The entire story is available here.

 

Tax Reform
December 5th, 2008

Our tax system as currently constructed isn’t working – not for individuals, not for families, and not for businesses. For too long we’ve come at tax policy with a Band-Aid approach: see a problem, patch the problem, forget the problem. That’s a terrible way to go about things, as inevitably it creates holes and shifts the burden from one group to another. Far too often those that end up shouldering that burden are our small businesses, those same small businesses that drive South Carolina’s economy. We need a top-to-bottom overhaul of our system that starts with looking at the true cost of every single tax and fee we impose on our citizens and ends with South Carolina families and businesses keeping more of what they earn.
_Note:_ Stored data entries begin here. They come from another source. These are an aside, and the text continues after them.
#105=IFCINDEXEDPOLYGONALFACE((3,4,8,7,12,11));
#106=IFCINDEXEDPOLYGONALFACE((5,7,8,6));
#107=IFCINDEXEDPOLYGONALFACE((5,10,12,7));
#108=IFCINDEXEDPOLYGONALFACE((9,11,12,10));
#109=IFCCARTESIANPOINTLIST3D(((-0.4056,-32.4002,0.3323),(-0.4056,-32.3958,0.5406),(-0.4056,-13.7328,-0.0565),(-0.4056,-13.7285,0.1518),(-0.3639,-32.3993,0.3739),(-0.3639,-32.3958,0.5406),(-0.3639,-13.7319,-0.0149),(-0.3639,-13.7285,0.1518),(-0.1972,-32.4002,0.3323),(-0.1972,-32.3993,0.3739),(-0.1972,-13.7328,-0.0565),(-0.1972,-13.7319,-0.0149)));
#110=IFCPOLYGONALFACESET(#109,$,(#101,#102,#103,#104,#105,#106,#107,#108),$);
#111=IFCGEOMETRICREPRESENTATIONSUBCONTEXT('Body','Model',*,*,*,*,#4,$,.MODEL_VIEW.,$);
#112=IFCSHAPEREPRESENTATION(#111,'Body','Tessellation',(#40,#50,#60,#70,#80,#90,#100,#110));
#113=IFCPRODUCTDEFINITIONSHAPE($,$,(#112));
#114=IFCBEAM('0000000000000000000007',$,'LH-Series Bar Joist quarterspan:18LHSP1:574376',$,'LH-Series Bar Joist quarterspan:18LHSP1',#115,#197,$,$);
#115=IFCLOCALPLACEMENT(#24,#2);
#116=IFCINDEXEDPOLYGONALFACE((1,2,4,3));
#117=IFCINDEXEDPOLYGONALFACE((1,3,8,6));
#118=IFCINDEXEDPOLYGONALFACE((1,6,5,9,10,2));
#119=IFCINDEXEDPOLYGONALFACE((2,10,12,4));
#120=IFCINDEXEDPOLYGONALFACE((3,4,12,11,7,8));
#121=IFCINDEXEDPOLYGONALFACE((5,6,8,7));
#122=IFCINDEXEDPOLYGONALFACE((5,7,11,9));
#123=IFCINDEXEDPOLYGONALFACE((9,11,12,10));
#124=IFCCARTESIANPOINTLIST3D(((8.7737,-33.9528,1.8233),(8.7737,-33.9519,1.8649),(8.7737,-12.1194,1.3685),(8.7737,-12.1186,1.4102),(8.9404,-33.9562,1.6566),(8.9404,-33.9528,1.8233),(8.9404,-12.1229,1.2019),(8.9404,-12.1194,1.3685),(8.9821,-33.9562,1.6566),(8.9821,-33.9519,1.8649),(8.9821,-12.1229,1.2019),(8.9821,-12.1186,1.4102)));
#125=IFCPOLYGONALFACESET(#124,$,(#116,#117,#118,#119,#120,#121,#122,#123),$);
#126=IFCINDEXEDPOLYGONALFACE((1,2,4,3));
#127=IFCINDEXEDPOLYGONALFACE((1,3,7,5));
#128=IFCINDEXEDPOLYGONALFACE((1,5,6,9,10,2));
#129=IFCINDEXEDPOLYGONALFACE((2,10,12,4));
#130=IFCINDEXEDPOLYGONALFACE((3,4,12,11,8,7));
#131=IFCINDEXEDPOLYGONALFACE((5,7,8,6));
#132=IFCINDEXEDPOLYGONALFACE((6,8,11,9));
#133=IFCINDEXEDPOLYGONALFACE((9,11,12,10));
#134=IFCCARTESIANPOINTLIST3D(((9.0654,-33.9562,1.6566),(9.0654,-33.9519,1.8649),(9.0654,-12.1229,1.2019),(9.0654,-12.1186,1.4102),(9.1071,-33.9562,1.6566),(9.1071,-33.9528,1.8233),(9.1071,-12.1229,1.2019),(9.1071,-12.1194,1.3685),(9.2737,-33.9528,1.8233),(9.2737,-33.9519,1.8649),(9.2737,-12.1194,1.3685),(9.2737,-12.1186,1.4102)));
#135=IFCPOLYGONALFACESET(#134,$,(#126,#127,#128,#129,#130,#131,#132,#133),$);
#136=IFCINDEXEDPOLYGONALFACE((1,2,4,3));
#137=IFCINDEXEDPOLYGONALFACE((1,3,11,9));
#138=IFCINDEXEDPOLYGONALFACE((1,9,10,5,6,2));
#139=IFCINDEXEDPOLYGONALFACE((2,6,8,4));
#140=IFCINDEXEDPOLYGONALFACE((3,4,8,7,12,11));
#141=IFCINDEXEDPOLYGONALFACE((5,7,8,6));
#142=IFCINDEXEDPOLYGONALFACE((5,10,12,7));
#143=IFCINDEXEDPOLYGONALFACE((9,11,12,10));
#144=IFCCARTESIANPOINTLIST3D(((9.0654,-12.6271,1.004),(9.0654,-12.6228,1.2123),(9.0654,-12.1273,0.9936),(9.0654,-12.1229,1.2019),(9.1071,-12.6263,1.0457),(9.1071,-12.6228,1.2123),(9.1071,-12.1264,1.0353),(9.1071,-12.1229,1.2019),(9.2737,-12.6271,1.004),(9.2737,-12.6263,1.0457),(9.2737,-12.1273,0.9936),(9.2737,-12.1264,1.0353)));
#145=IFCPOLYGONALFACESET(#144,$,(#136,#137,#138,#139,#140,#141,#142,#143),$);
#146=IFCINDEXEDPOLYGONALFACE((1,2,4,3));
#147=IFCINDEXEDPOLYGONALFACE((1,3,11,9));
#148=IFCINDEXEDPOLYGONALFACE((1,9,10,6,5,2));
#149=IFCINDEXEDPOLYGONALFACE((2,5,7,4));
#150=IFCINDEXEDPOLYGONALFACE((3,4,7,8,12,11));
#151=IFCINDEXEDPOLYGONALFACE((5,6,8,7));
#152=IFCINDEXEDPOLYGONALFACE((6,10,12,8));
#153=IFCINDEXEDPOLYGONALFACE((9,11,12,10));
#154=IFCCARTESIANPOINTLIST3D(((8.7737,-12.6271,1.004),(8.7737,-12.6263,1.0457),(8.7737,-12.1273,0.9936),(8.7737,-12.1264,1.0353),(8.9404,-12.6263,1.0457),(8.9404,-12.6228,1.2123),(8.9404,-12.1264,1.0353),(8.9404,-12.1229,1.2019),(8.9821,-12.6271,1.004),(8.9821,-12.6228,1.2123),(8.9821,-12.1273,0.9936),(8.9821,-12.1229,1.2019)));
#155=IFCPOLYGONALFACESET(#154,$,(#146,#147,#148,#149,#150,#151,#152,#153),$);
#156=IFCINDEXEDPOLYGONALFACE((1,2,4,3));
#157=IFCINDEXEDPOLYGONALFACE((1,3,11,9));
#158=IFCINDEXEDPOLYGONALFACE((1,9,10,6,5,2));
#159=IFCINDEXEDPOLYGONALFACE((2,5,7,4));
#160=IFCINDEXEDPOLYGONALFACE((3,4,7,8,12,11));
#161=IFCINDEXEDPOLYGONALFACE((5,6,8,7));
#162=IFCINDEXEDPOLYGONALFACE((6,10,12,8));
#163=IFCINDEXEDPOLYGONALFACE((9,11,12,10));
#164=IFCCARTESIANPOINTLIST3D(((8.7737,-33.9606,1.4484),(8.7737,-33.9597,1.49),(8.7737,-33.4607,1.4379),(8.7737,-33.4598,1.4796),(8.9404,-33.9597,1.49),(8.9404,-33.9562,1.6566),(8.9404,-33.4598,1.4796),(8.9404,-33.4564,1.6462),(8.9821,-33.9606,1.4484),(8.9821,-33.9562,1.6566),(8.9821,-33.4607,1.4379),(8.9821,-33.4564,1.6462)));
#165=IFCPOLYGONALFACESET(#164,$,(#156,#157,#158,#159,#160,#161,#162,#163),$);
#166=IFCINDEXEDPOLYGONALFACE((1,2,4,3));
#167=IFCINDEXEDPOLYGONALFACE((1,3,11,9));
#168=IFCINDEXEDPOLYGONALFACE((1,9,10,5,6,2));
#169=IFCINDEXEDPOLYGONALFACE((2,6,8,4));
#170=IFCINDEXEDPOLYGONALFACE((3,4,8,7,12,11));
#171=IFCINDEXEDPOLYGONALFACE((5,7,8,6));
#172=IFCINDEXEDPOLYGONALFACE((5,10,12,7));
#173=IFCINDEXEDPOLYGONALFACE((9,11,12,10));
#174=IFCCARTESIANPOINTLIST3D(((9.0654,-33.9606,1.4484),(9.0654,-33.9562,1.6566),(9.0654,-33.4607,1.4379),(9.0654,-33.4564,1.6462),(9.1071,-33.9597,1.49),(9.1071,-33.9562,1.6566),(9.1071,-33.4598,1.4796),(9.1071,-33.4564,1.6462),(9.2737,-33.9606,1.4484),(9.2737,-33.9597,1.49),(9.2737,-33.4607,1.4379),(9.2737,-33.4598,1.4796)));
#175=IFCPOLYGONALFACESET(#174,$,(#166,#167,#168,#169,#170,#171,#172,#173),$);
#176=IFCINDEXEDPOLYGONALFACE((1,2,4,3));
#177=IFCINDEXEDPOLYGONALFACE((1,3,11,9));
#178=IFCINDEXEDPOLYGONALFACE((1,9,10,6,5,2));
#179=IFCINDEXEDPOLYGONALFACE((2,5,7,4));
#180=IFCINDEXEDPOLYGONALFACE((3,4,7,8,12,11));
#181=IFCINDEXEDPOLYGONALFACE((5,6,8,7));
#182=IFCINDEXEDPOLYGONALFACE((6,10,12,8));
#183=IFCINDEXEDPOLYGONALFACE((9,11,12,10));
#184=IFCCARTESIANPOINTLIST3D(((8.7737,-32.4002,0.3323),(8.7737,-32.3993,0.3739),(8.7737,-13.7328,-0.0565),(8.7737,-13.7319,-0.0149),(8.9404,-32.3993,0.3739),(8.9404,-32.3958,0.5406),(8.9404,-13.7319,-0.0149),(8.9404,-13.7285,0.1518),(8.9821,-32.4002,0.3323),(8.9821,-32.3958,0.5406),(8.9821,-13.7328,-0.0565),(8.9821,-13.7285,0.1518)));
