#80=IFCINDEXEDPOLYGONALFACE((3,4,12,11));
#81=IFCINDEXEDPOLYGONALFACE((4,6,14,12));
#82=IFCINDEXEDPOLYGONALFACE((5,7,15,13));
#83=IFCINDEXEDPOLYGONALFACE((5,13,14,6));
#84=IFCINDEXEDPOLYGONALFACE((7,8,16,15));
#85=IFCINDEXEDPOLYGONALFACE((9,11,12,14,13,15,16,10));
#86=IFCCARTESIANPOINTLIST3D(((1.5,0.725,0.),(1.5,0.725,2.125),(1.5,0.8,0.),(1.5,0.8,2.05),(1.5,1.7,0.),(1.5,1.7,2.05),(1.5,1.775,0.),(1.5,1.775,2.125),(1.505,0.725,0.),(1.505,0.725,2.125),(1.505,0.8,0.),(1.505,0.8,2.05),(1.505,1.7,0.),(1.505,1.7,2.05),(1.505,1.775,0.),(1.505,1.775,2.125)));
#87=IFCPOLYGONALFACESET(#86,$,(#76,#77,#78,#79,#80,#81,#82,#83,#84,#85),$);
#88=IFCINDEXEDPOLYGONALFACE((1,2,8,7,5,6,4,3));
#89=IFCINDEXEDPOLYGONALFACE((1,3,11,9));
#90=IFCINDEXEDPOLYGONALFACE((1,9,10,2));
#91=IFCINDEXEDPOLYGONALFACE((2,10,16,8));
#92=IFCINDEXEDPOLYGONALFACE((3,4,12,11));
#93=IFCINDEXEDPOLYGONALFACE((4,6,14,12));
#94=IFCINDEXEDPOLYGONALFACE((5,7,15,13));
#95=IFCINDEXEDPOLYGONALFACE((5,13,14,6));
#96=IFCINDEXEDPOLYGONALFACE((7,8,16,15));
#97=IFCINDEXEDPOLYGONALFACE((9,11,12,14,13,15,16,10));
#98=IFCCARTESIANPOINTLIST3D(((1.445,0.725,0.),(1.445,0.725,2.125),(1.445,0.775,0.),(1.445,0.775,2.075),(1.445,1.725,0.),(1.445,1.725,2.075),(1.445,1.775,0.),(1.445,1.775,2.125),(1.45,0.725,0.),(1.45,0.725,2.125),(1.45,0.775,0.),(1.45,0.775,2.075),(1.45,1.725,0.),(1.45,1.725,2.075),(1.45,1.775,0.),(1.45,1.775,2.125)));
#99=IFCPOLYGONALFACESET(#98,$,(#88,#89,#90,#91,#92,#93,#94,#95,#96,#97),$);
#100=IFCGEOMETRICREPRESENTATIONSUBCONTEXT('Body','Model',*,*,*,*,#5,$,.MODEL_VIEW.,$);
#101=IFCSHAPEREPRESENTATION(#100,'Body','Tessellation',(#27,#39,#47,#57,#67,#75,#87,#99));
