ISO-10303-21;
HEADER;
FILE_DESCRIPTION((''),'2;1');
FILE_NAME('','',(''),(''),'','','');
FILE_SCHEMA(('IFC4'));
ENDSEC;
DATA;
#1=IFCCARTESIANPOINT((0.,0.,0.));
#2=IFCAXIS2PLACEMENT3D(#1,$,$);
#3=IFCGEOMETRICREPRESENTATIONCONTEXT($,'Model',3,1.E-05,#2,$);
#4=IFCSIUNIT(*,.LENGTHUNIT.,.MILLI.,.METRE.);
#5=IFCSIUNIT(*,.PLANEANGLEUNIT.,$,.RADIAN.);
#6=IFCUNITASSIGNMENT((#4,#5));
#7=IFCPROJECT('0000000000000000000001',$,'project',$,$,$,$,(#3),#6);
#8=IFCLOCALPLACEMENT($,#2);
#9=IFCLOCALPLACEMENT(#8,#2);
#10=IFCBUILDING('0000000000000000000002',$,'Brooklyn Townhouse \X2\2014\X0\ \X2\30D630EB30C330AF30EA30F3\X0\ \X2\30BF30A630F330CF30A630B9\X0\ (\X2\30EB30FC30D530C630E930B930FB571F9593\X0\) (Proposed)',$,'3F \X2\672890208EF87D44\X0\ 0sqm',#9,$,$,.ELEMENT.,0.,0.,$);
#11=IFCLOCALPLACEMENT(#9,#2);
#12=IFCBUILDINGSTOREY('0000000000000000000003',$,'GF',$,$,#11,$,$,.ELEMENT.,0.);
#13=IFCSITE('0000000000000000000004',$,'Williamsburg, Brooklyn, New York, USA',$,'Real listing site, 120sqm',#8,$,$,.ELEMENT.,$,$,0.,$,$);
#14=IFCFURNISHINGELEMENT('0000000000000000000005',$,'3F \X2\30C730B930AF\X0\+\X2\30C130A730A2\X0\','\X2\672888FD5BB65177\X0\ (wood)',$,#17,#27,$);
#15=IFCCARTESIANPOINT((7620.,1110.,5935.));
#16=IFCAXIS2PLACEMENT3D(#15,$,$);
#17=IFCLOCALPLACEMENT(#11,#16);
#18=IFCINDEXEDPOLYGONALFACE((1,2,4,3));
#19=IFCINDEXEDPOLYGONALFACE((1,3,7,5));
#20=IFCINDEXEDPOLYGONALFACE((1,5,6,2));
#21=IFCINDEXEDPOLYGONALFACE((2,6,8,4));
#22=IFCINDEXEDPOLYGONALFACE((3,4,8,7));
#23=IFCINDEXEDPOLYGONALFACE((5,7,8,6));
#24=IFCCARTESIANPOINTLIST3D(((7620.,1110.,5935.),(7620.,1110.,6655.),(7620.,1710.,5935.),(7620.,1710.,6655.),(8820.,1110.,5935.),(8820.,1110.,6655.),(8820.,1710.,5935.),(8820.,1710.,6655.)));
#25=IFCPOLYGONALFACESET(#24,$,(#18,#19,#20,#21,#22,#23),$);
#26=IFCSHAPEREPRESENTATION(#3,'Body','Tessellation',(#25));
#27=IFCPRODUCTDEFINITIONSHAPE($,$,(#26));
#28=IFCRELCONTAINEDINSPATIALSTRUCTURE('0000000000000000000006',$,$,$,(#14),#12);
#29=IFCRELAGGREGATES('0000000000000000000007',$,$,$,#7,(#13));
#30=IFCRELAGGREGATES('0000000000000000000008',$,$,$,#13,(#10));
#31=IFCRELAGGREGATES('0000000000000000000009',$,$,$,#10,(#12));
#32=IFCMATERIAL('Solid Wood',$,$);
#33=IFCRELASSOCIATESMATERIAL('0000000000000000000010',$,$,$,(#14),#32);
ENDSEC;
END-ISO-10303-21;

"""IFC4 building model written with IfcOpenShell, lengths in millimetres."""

from ifc_helpers import new_model, si_unit, frame, frame_2d, origin, place, context, project, spatial, rectangle, extrude, material, element, save


model = new_model("IFC4")

# Units and contexts
model_context = context("Model", 3, precision=1e-05, world=origin())
ifc_project = project(units=[si_unit("LENGTHUNIT", "METRE", prefix="MILLI"), si_unit("PLANEANGLEUNIT", "RADIAN")], contexts=[model_context])

# Site, building, storey
site_placement = place(None, origin())
site = spatial("IfcSite", under=ifc_project, at=site_placement, Name="Williamsburg, Brooklyn, New York, USA", ObjectType="Real listing site, 120sqm", CompositionType="ELEMENT", RefElevation=0.0)
building_placement = place(site_placement, origin())
building = spatial("IfcBuilding", under=site, at=building_placement, Name="Brooklyn Townhouse — ブルックリン タウンハウス (ルーフテラス・土間) (Proposed)", ObjectType="3F 木造軸組 0sqm", CompositionType="ELEMENT", ElevationOfRefHeight=0.0, ElevationOfTerrain=0.0)
storey_placement = place(building_placement, origin())
storey = spatial("IfcBuildingStorey", under=building, at=storey_placement, Name="GF", CompositionType="ELEMENT", Elevation=0.0)

# Shared definitions
ifc_material_1 = material(Name="Solid Wood")

# Furnishing element
furnishing_1_placement = place(storey_placement, frame((7620.0, 1110.0, 5935.0)))
element("IfcFurnishingElement", 1, at=furnishing_1_placement, inside=storey, material=ifc_material_1, Name="3F デスク+チェア", Description="木製家具 (wood)", context=model_context, shape_type="SweptSolid", body=[
    extrude(rectangle(XDim=1200.0, YDim=600.0, at=frame_2d((600.0, 300.0))), frame((7620.0, 1110.0, 5935.0)), (0.0, 0.0, 1.0), 720.0),
])

save(model, "model.ifc")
The first two tax reforms I will push are the elimination of the small business and personal income taxes.  When South Carolina stops punishing our business owners and individuals for their successes and instead starts to reward them, they will reinvest in our state, hire more workers, and our economy will start to move.

Government Spending
December 5th, 2008

As a small businesswoman and accountant by trade – my first job was keeping the books for our family business when I was 13 – I understand that our focus has to be on reining in our spending. Government is not responsible in the way it handles taxpayer money, and as a result does a terrible job of protecting the wallets of the people and the bottom lines of businesses. Far too many politicians don’t understand the value of a dollar, nor do they understand that this money does not belong to elected officials but to the citizens who pay it. Government needs to be accountable to those citizens and spend taxpayer dollars efficiently and effectively.

Right to Life
December 5th, 2008

I believe every life has a value and is blessed by God – my husband was adopted and my pro-life convictions stem from the fact I feel the blessings of that value every day knowing someone chose life for him. I see it every day in my two children as I watch them grow. My hope is that we continue to encourage and work towards educating that value of life to everyone.

Government Reform
December 5th, 2008

We live in the 21st century and yet our state government still operates under a 19th century structure and mentality. It’s a problem that infects our state at so many different levels, whether it be the fact that we have multiple agencies and programs doing the same thing and wasting tax dollars or that our state is so legislatively dominated that we don’t have a single person to hold accountable for the problems we’re facing. When we restructure our state government and make it accountable to the people, two things will happen: no longer will decisions be made in back rooms by a select few, and the finger pointing and evasion of political responsibility will have to stop. South Carolina simply cannot compete in today’s ever-changing world under this backwards system, and I am more determined than ever before to usher in the changes the people of this state both need and deserve.

2nd Amendment
December 5th, 2008

Few things are as clearly defined as the right of individual Americans to own and use firearms. The right to bear arms was deemed so critical by our Founders that they spelled it out in absolute terms, and it is my belief that any governmental action that undermines that right is in turn undermining the very freedoms that built our great nation. I hold a Concealed Weapons Permit myself, and in this state we have issues that make it difficult for CWP holders to rightfully carry – we need to make the rules that govern carrying far more simple. As governor, I will continue to fight against any government infringement on the 2nd Amendment.